Your reply should be made up of every line in the records below that holds the string "IFCPOLYGONALFACESET".

Top of Exercise input

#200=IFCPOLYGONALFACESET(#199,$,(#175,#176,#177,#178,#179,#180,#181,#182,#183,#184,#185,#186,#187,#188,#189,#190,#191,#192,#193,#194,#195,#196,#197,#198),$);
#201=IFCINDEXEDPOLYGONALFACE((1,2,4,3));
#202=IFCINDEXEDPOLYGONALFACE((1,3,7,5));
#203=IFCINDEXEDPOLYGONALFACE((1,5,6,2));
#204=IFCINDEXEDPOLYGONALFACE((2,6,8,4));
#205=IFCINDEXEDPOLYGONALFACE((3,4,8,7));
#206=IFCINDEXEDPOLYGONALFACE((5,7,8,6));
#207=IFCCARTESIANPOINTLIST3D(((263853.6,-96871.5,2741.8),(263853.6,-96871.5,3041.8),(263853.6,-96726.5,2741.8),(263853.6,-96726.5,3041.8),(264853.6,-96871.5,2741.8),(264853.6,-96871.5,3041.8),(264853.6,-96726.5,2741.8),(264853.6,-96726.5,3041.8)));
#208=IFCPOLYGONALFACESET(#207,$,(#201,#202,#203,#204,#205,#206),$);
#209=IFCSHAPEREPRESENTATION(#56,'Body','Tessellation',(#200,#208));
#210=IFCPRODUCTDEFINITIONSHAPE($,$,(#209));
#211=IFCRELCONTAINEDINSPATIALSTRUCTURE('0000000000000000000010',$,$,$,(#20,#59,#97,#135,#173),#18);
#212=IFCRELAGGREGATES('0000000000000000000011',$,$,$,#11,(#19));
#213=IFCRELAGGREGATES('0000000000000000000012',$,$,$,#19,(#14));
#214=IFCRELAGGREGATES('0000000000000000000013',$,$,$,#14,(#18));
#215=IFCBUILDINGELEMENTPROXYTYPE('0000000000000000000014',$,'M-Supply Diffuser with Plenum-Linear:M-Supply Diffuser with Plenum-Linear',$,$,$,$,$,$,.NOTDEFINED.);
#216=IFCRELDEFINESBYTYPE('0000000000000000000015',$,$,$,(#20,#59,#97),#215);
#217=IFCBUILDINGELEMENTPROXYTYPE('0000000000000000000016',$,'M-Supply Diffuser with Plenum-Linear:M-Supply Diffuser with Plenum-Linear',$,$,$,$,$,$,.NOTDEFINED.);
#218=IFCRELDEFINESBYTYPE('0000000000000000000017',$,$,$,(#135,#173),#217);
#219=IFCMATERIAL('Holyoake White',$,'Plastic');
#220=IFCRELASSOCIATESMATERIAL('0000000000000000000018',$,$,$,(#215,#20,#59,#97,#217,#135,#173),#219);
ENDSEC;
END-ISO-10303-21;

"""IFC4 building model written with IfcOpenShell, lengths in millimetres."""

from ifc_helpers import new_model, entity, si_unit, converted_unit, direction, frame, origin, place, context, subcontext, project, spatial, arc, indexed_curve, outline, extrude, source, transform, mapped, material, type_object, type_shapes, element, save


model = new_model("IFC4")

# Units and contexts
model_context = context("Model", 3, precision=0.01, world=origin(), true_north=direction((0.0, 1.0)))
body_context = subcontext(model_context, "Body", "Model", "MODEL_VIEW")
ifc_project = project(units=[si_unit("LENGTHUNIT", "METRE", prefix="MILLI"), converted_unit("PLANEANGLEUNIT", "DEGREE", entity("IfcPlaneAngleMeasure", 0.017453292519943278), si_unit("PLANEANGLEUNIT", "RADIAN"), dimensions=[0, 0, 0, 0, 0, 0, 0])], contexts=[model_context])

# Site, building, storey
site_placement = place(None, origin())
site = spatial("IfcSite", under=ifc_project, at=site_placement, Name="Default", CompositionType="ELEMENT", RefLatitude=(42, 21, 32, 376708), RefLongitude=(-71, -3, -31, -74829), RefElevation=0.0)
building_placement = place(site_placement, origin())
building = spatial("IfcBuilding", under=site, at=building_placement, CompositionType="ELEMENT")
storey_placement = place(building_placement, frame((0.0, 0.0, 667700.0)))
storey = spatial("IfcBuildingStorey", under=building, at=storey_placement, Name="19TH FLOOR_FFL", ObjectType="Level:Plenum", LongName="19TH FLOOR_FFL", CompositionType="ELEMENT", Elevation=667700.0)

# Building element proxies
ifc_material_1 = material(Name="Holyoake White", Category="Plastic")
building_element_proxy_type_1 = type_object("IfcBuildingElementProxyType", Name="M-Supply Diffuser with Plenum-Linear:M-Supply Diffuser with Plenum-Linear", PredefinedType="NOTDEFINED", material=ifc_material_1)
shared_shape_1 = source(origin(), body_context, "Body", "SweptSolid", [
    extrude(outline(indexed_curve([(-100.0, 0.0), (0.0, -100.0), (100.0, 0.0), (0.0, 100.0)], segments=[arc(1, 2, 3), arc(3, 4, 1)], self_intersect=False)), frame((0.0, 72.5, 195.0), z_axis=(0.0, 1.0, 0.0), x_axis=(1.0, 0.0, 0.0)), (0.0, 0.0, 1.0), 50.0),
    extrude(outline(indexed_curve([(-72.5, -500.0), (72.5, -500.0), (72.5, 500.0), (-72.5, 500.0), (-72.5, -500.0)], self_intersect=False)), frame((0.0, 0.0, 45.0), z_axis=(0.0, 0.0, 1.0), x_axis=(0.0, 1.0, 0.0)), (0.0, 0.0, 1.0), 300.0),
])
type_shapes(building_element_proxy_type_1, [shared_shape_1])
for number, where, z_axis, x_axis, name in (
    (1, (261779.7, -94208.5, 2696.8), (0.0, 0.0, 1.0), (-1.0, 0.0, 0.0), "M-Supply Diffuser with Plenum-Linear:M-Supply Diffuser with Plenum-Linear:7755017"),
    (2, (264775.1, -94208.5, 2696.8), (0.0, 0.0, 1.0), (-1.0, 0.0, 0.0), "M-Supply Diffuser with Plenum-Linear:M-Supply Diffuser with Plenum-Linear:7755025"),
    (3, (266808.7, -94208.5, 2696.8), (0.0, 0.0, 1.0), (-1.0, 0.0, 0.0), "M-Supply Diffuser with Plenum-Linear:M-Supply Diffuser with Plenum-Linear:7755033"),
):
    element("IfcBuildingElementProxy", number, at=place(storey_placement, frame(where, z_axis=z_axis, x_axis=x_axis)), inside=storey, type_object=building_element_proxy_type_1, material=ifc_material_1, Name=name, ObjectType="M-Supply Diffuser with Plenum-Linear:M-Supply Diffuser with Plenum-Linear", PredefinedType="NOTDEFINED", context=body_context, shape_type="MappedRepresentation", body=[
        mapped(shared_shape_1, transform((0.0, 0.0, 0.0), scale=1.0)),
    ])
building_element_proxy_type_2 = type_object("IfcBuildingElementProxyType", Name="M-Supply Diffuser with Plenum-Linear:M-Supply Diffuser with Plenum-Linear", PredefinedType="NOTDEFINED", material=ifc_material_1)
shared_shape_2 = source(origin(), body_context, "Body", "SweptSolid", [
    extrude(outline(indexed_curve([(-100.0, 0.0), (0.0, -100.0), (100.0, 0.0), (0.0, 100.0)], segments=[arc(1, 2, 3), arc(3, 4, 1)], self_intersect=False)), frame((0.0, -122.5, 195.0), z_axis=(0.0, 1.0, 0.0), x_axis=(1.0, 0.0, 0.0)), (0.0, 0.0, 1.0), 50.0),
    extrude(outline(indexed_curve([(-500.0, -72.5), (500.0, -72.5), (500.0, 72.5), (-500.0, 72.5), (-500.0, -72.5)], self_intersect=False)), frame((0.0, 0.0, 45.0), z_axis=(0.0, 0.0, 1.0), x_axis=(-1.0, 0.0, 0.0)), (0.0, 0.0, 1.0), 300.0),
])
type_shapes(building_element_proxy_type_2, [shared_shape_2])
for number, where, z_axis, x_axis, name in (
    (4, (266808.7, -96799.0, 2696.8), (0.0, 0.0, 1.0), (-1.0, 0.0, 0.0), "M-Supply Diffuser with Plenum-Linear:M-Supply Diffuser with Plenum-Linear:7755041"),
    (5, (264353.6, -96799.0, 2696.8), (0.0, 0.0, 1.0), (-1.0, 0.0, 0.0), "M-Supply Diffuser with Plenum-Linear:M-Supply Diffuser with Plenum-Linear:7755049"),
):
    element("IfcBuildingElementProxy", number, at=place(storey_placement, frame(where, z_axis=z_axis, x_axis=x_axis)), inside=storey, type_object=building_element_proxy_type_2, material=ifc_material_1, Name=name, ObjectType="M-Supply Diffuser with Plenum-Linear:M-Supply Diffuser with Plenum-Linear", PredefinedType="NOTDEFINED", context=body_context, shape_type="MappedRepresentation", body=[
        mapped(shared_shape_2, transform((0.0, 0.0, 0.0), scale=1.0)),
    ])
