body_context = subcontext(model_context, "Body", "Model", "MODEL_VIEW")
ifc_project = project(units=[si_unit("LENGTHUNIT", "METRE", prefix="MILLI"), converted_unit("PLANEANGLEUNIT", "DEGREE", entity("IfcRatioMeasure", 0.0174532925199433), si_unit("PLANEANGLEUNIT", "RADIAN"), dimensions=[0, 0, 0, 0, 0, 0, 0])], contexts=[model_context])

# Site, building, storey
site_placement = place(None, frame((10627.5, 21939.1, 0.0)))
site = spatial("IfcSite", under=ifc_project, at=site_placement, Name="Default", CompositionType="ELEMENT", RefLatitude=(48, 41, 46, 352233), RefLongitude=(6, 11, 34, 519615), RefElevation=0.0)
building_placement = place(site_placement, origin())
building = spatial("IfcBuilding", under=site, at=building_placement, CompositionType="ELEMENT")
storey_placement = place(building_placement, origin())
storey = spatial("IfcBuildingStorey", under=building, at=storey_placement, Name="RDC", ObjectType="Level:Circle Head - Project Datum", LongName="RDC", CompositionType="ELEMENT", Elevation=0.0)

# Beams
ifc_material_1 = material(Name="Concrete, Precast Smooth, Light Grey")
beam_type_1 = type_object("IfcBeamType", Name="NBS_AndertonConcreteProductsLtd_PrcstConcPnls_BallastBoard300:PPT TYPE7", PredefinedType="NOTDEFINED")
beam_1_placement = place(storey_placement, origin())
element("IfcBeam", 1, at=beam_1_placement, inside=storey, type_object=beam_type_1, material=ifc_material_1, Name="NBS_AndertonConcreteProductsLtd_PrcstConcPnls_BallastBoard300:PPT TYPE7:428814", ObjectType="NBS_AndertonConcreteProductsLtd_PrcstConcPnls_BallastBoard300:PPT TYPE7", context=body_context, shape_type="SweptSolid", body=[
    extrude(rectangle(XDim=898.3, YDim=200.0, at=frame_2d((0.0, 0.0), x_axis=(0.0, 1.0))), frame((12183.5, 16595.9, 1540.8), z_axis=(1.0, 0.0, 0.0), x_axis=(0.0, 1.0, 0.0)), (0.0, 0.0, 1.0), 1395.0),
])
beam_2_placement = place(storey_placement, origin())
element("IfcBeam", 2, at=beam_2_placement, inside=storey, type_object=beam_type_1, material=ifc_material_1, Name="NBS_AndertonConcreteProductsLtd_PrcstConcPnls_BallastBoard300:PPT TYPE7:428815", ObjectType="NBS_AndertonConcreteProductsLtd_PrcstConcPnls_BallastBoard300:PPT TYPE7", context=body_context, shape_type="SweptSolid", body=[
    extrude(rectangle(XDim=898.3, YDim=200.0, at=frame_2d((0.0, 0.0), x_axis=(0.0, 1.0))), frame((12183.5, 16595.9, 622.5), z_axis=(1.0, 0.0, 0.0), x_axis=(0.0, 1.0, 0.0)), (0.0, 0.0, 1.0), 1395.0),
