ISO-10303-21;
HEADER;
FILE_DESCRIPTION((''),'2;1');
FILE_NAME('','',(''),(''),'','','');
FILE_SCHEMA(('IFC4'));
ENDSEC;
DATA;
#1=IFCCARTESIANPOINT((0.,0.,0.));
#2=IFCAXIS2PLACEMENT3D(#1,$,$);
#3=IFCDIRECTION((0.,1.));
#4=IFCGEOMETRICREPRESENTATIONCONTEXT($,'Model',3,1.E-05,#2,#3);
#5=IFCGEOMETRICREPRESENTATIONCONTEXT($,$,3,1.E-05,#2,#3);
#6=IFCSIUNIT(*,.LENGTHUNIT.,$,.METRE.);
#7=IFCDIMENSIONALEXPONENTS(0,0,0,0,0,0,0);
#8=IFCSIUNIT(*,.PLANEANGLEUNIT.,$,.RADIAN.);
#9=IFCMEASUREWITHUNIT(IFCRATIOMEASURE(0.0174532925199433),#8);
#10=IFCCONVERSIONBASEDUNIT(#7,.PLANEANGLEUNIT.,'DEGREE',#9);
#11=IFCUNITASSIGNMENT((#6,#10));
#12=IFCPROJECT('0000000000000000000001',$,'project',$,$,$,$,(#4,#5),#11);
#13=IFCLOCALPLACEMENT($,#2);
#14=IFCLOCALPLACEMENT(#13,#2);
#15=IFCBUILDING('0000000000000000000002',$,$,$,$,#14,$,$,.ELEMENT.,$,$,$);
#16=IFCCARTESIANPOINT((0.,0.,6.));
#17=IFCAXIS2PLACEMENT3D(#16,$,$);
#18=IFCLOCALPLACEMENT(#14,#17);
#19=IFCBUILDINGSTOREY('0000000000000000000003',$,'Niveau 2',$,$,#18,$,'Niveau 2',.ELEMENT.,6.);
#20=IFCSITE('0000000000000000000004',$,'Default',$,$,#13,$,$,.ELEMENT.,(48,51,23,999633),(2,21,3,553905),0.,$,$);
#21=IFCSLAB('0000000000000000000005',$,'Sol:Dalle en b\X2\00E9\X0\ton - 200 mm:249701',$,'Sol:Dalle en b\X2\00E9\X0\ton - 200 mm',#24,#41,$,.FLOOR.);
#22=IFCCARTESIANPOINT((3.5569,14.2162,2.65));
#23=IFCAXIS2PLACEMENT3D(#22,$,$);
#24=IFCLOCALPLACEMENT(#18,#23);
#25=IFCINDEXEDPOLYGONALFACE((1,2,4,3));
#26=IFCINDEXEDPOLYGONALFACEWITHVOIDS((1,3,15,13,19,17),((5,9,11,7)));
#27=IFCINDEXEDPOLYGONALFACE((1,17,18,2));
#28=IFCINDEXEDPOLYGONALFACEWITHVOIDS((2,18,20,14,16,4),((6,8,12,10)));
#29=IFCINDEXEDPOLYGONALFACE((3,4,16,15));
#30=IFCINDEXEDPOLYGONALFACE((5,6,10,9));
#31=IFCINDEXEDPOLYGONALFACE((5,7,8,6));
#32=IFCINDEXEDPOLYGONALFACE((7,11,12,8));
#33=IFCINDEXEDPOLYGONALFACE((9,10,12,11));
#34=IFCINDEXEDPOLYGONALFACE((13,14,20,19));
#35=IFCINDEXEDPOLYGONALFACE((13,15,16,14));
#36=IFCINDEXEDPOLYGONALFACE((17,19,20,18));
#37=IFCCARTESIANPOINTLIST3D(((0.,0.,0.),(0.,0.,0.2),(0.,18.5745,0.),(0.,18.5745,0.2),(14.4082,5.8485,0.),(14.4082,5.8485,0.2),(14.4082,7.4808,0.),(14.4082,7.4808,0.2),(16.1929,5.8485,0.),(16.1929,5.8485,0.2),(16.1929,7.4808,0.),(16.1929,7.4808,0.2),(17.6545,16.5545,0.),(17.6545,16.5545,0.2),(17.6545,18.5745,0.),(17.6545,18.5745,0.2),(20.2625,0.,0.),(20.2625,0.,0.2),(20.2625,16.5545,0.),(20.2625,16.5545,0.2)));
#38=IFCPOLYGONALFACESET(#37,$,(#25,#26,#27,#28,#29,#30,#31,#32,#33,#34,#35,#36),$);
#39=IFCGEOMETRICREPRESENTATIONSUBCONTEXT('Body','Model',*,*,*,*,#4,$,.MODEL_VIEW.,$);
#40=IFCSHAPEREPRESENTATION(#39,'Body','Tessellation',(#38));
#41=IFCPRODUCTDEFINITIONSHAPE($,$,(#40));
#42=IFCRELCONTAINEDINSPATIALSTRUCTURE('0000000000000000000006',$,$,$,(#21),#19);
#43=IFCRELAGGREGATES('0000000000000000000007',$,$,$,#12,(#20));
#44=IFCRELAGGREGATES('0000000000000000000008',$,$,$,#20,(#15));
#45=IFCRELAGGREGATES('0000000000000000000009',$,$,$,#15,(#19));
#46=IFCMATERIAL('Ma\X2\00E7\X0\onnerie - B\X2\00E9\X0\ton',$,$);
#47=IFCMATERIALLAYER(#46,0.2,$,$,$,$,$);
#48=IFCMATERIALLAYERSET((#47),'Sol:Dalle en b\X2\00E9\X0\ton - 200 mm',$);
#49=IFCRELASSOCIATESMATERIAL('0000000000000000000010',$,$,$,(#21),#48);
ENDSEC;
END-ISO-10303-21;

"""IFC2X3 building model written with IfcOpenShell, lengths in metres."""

from ifc_helpers import new_model, entity, si_unit, converted_unit, direction, frame, origin, origin_2d_with_axis, place, context, subcontext, project, spatial, polyline, rectangle, outline, extrude, material, layer, layer_set, layer_usage, element, save


model = new_model("IFC2X3")

# Units and contexts
model_context = context("Model", 3, precision=1e-05, world=origin(), true_north=direction((0.0, 1.0)))
context_of_model = context(None, 3, precision=1e-05, world=origin(), true_north=direction((0.0, 1.0)))
body_context = subcontext(model_context, "Body", "Model", "MODEL_VIEW")
ifc_project = project(units=[si_unit("LENGTHUNIT", "METRE"), converted_unit("PLANEANGLEUNIT", "DEGREE", entity("IfcRatioMeasure", 0.0174532925199433), si_unit("PLANEANGLEUNIT", "RADIAN"), dimensions=[0, 0, 0, 0, 0, 0, 0])], contexts=[model_context, context_of_model])

# Site, building, storey
site_placement = place(None, origin())
site = spatial("IfcSite", under=ifc_project, at=site_placement, Name="Default", CompositionType="ELEMENT", RefLatitude=(48, 51, 23, 999633), RefLongitude=(2, 21, 3, 553905), RefElevation=0.0)
building_placement = place(site_placement, origin())
building = spatial("IfcBuilding", under=site, at=building_placement, CompositionType="ELEMENT")
storey_placement = place(building_placement, frame((0.0, 0.0, 6.0)))
storey = spatial("IfcBuildingStorey", under=building, at=storey_placement, Name="Niveau 2", LongName="Niveau 2", CompositionType="ELEMENT", Elevation=6.0)

# Shared definitions
ifc_material_1 = material(Name="Maçonnerie - Béton")
ifc_layer_1 = layer(ifc_material_1, 0.2)
ifc_layer_set_1 = layer_set([ifc_layer_1], Name="Sol:Dalle en béton - 200 mm")

# Slab, opening
ifc_layer_usage_1 = layer_usage(ifc_layer_set_1, "AXIS3", "POSITIVE", 0.0)
slab_1_placement = place(storey_placement, frame((3.5569, 14.2162, 2.65)))
slab_1 = element("IfcSlab", 1, at=slab_1_placement, inside=storey, material=ifc_layer_usage_1, Name="Sol:Dalle en béton - 200 mm:249701", ObjectType="Sol:Dalle en béton - 200 mm", PredefinedType="FLOOR", context=body_context, shape_type="SweptSolid", body=[
    extrude(outline(polyline([(-7.5232, 7.2672), (-10.1312, 7.2672), (-10.1312, -9.2872), (10.1312, -9.2872), (10.1312, 9.2872), (-7.5232, 9.2872), (-7.5232, 7.2672)])), frame((10.1312, 9.2872, 0.2), z_axis=(0.0, 0.0, -1.0), x_axis=(-1.0, 0.0, 0.0)), (0.0, 0.0, 1.0), 0.2),
])
opening_1_placement = place(slab_1_placement, frame((15.3005, 6.6646, 0.2)))
element("IfcOpeningElement", 2, at=opening_1_placement, cuts=slab_1, ObjectType="Opening", context=body_context, shape_type="SweptSolid", body=[
    extrude(rectangle(XDim=1.6324, YDim=1.7848, at=origin_2d_with_axis()), frame((0.0, 0.0, 0.0), z_axis=(0.0, 0.0, -1.0), x_axis=(0.0, -1.0, 0.0)), (0.0, 0.0, 1.0), 0.2),
])

save(model, "model.ifc")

Bottom of Exercise input

Answer section:
#200=IFCPOLYGONALFACESET(#199,$,(#175,#176,#177,#178,#179,#180,#181,#182,#183,#184,#185,#186,#187,#188,#189,#190,#191,#192,#193,#194,#195,#196,#197,#198),$);
#208=IFCPOLYGONALFACESET(#207,$,(#201,#202,#203,#204,#205,#206),$);
#38=IFCPOLYGONALFACESET(#37,$,(#25,#26,#27,#28,#29,#30,#31,#32,#33,#34,#35,#36),$);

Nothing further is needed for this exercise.